Across the data below, how many lines hold "cuts"? Answer with that number and nothing else.

[Collected data entries]
......

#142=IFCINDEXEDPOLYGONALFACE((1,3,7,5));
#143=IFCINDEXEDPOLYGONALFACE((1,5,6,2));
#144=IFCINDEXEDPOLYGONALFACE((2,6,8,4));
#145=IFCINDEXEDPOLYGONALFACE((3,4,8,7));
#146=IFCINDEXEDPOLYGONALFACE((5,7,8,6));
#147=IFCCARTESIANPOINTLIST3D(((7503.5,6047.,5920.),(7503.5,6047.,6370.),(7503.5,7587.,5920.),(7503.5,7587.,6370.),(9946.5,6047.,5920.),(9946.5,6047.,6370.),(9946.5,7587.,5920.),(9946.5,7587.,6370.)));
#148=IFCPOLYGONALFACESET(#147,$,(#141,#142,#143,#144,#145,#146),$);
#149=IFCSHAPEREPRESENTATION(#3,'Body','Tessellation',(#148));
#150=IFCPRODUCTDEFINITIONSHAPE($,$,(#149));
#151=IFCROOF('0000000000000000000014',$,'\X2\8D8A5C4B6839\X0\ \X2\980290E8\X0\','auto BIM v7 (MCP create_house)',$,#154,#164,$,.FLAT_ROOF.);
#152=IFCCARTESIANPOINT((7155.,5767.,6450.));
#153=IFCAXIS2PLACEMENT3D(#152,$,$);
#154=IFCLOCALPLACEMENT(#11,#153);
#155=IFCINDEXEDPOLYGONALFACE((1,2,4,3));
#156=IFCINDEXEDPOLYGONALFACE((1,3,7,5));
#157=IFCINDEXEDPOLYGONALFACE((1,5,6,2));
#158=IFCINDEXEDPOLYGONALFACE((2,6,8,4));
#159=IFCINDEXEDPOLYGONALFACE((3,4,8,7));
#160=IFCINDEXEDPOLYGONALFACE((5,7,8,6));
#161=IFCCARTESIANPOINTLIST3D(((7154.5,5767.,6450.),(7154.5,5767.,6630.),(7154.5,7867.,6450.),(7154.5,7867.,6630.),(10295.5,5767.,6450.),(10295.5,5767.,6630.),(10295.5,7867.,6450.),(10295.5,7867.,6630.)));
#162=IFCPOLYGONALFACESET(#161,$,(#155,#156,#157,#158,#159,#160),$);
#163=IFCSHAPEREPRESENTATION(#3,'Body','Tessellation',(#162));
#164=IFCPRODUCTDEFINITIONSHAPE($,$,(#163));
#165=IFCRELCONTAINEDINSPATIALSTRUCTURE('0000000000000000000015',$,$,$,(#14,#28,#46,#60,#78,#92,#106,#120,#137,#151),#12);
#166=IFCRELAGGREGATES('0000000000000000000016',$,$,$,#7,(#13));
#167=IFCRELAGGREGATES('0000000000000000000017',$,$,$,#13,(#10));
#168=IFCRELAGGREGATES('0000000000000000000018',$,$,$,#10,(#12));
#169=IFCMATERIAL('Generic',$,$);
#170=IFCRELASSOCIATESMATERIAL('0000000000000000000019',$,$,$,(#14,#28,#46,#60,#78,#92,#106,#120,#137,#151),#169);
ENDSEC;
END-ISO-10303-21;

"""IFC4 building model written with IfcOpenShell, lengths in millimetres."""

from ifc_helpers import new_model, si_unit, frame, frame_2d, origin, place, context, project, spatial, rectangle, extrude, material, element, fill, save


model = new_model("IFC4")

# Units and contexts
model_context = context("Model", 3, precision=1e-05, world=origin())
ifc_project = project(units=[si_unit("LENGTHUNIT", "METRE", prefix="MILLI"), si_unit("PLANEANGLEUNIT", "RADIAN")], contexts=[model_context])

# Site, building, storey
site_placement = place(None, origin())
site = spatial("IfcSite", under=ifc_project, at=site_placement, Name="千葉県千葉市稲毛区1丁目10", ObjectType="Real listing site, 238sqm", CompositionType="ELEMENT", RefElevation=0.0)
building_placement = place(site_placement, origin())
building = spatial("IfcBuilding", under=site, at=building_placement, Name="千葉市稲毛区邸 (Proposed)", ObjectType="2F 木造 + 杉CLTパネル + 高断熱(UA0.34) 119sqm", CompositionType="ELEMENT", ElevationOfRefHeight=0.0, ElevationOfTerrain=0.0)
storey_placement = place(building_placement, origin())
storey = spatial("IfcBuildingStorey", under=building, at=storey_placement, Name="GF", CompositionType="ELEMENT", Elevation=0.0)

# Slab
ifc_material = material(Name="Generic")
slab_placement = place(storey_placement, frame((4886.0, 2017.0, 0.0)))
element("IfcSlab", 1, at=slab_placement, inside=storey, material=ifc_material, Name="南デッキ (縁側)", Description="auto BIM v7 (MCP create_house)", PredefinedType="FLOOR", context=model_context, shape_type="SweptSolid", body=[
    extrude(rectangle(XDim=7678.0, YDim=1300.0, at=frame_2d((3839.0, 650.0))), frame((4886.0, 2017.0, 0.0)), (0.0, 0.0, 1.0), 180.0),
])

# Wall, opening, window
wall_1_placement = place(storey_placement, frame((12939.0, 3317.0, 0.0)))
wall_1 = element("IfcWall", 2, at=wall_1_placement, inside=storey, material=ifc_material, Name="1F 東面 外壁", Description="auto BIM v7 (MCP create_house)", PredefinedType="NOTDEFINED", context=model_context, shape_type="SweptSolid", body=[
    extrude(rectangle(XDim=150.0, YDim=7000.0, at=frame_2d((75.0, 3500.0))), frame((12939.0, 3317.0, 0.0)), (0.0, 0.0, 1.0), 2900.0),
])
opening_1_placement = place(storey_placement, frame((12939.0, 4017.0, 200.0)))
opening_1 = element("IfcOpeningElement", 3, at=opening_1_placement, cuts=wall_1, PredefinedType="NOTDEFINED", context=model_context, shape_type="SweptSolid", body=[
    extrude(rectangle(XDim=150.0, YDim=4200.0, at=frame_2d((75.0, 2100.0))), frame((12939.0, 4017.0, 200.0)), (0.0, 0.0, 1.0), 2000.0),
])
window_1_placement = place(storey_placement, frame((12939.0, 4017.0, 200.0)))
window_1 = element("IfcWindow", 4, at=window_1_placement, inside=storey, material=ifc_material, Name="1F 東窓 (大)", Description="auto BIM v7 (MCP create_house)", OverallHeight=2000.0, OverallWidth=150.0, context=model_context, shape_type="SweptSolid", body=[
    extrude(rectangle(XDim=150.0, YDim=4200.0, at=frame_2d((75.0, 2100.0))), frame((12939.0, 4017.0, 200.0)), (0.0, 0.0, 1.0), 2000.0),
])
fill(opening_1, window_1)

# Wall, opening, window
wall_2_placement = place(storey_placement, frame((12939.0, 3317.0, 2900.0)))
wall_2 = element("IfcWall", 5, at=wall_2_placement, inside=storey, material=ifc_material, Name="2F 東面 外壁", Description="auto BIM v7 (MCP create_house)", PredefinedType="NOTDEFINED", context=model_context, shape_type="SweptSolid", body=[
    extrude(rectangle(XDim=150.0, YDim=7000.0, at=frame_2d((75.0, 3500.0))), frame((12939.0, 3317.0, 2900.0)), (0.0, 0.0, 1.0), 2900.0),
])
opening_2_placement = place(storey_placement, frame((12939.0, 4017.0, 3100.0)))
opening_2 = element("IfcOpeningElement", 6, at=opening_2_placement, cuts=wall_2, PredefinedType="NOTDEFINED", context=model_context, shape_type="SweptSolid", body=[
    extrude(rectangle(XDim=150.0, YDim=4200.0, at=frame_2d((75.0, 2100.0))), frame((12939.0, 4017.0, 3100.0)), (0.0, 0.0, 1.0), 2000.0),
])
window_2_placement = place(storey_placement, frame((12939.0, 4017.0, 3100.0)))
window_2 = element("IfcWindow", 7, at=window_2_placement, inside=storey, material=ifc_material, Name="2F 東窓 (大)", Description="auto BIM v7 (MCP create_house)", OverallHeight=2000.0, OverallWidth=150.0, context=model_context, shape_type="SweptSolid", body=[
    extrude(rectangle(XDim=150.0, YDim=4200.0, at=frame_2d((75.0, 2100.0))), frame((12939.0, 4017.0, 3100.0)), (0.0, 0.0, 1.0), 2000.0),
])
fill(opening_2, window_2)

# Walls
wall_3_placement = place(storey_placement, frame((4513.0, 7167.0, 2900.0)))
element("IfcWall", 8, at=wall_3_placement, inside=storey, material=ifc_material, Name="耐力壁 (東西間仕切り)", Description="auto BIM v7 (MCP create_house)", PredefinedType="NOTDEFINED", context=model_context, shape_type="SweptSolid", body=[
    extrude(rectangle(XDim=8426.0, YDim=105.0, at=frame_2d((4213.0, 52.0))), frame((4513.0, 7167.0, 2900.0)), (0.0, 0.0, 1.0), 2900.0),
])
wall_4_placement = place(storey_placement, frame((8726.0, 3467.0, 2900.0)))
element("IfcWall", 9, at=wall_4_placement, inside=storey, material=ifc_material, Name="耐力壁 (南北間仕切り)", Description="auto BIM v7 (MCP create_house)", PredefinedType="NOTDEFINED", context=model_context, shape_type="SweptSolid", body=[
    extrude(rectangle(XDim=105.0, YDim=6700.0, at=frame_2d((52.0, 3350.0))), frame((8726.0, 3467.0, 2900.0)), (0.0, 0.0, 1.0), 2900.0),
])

......

ANSWER TO THE PROBLEM: 2